*** EXTRACTED INFORMATION Section Begins ***

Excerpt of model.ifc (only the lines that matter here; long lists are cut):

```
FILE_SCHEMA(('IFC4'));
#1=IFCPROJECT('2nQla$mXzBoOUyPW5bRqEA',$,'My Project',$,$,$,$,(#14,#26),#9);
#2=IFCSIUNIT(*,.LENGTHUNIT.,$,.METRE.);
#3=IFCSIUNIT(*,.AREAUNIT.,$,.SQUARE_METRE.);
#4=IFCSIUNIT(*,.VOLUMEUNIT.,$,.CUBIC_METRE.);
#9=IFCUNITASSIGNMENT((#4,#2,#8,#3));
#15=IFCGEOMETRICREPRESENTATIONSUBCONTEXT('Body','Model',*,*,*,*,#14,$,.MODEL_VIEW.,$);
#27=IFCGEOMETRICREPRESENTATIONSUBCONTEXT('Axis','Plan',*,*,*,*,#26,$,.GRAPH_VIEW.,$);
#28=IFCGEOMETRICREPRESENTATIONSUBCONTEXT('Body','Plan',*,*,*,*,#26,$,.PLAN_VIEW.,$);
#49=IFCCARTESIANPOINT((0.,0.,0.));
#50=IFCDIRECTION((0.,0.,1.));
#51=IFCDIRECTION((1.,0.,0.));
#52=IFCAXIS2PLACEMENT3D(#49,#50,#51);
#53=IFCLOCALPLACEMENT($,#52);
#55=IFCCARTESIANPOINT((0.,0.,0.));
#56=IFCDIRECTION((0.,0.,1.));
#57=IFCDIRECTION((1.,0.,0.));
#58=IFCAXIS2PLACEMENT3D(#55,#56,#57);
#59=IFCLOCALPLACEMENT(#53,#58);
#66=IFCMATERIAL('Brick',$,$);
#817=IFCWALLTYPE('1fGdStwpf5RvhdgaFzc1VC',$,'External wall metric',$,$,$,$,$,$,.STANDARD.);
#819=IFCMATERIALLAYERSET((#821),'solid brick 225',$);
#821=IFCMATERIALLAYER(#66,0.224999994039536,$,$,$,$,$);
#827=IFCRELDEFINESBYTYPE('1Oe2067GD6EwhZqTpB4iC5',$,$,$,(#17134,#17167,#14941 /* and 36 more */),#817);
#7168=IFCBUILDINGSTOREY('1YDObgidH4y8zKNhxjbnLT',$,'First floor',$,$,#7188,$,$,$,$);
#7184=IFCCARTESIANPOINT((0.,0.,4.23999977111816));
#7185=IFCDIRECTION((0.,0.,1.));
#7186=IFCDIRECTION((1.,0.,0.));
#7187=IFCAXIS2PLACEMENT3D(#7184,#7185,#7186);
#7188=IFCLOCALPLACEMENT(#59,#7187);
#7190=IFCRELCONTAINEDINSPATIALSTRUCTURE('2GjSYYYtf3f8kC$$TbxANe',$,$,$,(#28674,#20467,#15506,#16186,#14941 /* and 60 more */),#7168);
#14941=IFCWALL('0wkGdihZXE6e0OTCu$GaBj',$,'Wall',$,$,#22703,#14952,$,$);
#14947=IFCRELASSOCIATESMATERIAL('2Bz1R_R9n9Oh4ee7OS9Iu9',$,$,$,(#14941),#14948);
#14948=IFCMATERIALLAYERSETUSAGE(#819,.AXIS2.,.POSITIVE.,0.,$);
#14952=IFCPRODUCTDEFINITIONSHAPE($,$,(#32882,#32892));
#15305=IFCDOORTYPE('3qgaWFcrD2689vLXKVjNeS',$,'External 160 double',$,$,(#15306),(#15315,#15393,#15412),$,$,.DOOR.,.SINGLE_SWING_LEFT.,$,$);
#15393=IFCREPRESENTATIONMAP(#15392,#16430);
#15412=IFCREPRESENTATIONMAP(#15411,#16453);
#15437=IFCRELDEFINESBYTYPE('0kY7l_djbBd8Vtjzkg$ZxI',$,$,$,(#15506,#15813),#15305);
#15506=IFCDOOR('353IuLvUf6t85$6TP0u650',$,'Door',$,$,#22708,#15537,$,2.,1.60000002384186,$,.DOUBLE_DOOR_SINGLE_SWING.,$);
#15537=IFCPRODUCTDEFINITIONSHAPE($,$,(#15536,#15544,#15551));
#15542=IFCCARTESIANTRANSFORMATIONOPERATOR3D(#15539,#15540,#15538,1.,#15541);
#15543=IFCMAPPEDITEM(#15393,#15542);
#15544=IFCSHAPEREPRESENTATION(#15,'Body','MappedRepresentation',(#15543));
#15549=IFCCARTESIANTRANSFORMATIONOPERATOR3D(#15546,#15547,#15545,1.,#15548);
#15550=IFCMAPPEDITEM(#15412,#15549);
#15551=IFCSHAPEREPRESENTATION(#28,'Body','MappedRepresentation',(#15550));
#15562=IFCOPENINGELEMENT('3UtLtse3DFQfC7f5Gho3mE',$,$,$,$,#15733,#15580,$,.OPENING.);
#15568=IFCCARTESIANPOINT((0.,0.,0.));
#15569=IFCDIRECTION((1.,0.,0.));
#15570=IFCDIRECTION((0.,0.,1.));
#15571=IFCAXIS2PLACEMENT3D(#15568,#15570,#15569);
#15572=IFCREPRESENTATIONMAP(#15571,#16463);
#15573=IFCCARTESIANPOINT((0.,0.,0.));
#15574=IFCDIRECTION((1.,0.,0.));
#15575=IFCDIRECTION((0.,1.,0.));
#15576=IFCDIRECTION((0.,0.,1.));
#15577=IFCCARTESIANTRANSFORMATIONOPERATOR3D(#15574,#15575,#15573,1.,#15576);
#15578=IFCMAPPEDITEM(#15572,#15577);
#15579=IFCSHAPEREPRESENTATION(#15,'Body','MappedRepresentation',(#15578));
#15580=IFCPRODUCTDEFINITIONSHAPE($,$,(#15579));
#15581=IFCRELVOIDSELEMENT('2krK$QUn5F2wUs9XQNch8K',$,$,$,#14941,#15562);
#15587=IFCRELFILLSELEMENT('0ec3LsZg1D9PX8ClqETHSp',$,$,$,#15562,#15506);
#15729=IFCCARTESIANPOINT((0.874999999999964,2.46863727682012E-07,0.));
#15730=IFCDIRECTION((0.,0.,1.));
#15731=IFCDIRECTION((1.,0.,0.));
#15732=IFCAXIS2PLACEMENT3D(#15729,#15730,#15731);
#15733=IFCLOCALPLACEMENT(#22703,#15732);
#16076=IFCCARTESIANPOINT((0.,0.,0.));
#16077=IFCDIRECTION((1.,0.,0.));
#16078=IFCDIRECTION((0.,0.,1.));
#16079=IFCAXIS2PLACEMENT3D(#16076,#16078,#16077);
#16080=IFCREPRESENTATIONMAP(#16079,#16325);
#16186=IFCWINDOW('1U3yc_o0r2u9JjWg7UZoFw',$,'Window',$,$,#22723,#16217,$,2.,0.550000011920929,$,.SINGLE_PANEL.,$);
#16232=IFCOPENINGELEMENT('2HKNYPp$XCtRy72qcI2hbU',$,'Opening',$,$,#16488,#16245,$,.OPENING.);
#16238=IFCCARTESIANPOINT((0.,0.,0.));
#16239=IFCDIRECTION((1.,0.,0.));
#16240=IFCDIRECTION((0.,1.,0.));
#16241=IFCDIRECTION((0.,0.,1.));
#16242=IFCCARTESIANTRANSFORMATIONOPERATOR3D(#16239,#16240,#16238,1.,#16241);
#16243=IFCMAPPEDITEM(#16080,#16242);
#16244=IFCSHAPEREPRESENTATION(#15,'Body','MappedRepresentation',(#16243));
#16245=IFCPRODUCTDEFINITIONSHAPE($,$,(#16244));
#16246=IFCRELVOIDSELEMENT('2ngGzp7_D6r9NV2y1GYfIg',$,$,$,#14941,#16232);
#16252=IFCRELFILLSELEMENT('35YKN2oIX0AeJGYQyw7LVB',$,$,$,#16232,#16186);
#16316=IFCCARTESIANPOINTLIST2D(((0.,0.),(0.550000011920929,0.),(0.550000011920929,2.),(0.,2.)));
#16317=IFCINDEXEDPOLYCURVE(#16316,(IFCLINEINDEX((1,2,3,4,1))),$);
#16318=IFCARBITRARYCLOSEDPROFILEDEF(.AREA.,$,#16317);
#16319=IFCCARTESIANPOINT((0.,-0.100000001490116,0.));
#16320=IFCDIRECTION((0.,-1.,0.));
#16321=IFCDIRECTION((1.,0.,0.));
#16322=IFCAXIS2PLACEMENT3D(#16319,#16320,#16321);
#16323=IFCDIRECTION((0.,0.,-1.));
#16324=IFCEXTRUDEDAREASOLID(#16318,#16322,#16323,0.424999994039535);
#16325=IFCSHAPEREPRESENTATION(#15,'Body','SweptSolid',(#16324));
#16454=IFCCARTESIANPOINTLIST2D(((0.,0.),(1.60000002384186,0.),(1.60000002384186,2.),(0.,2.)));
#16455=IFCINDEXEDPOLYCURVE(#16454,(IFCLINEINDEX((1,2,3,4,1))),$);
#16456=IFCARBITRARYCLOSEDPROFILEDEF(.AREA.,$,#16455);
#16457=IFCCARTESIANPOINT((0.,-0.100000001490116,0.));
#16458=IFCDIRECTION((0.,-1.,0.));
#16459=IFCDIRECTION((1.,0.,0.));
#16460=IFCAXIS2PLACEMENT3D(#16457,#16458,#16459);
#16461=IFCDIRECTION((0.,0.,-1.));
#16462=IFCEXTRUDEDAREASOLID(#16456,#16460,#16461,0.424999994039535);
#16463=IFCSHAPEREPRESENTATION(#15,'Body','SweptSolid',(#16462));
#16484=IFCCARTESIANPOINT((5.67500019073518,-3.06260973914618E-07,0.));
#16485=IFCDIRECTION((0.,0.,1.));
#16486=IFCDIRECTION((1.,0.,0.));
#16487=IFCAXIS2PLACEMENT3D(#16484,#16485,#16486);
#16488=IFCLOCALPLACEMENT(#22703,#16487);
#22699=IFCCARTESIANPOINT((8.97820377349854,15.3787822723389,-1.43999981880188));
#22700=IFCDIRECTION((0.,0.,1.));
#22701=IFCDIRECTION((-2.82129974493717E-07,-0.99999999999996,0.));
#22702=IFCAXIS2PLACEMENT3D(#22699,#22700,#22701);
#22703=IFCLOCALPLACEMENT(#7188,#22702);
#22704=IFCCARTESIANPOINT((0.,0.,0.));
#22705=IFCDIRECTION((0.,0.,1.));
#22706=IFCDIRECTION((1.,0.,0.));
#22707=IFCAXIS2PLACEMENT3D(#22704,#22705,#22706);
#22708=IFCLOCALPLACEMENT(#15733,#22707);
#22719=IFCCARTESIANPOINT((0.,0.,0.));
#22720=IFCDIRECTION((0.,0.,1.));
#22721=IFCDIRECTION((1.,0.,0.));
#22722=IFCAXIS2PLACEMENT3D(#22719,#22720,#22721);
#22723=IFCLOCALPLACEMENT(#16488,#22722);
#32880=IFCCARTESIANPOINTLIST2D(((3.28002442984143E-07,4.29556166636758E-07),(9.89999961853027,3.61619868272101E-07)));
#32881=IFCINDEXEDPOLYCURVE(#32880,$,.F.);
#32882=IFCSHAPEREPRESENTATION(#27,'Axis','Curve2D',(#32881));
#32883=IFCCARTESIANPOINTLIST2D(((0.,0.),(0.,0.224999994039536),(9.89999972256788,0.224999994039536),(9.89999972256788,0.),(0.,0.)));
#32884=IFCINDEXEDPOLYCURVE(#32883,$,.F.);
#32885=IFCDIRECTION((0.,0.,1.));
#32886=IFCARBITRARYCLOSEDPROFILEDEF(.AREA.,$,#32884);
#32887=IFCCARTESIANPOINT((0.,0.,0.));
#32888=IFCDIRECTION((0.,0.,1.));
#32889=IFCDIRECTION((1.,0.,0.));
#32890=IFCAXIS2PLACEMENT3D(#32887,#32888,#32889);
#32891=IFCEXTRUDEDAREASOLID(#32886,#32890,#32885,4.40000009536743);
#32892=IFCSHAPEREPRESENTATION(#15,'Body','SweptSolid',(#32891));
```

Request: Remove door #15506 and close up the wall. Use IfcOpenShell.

```python
import ifcopenshell
import ifcopenshell.api.feature
import ifcopenshell.api.root
import ifcopenshell.geom
import ifcopenshell.util.shape

model = ifcopenshell.open("model.ifc")
settings = ifcopenshell.geom.settings()


def volume(element):
    """Net volume in cubic metres, openings subtracted."""
    shape = ifcopenshell.geom.create_shape(settings, element)
    return ifcopenshell.util.shape.get_volume(shape.geometry)


door = model.by_guid("353IuLvUf6t85$6TP0u650")
opening = door.FillsVoids[0].RelatingOpeningElement
wall = opening.VoidsElements[0].RelatingBuildingElement
before = volume(wall)

ifcopenshell.api.root.remove_product(model, product=door)
ifcopenshell.api.feature.remove_feature(model, feature=opening)

after = volume(wall)

print(f"wall volume {before:.3f} -> {after:.3f} m3")

model.write("model_rev.ifc")
```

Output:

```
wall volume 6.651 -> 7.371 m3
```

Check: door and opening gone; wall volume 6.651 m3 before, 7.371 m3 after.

*** EXTRACTED INFORMATION Section Ends ***

Collect each line above holding the string "IFCRELVOIDSELEMENT".

§ **RESPONSE TO THE EXERCISE**
#15581=IFCRELVOIDSELEMENT('2krK$QUn5F2wUs9XQNch8K',$,$,$,#14941,#15562);
#16246=IFCRELVOIDSELEMENT('2ngGzp7_D6r9NV2y1GYfIg',$,$,$,#14941,#16232);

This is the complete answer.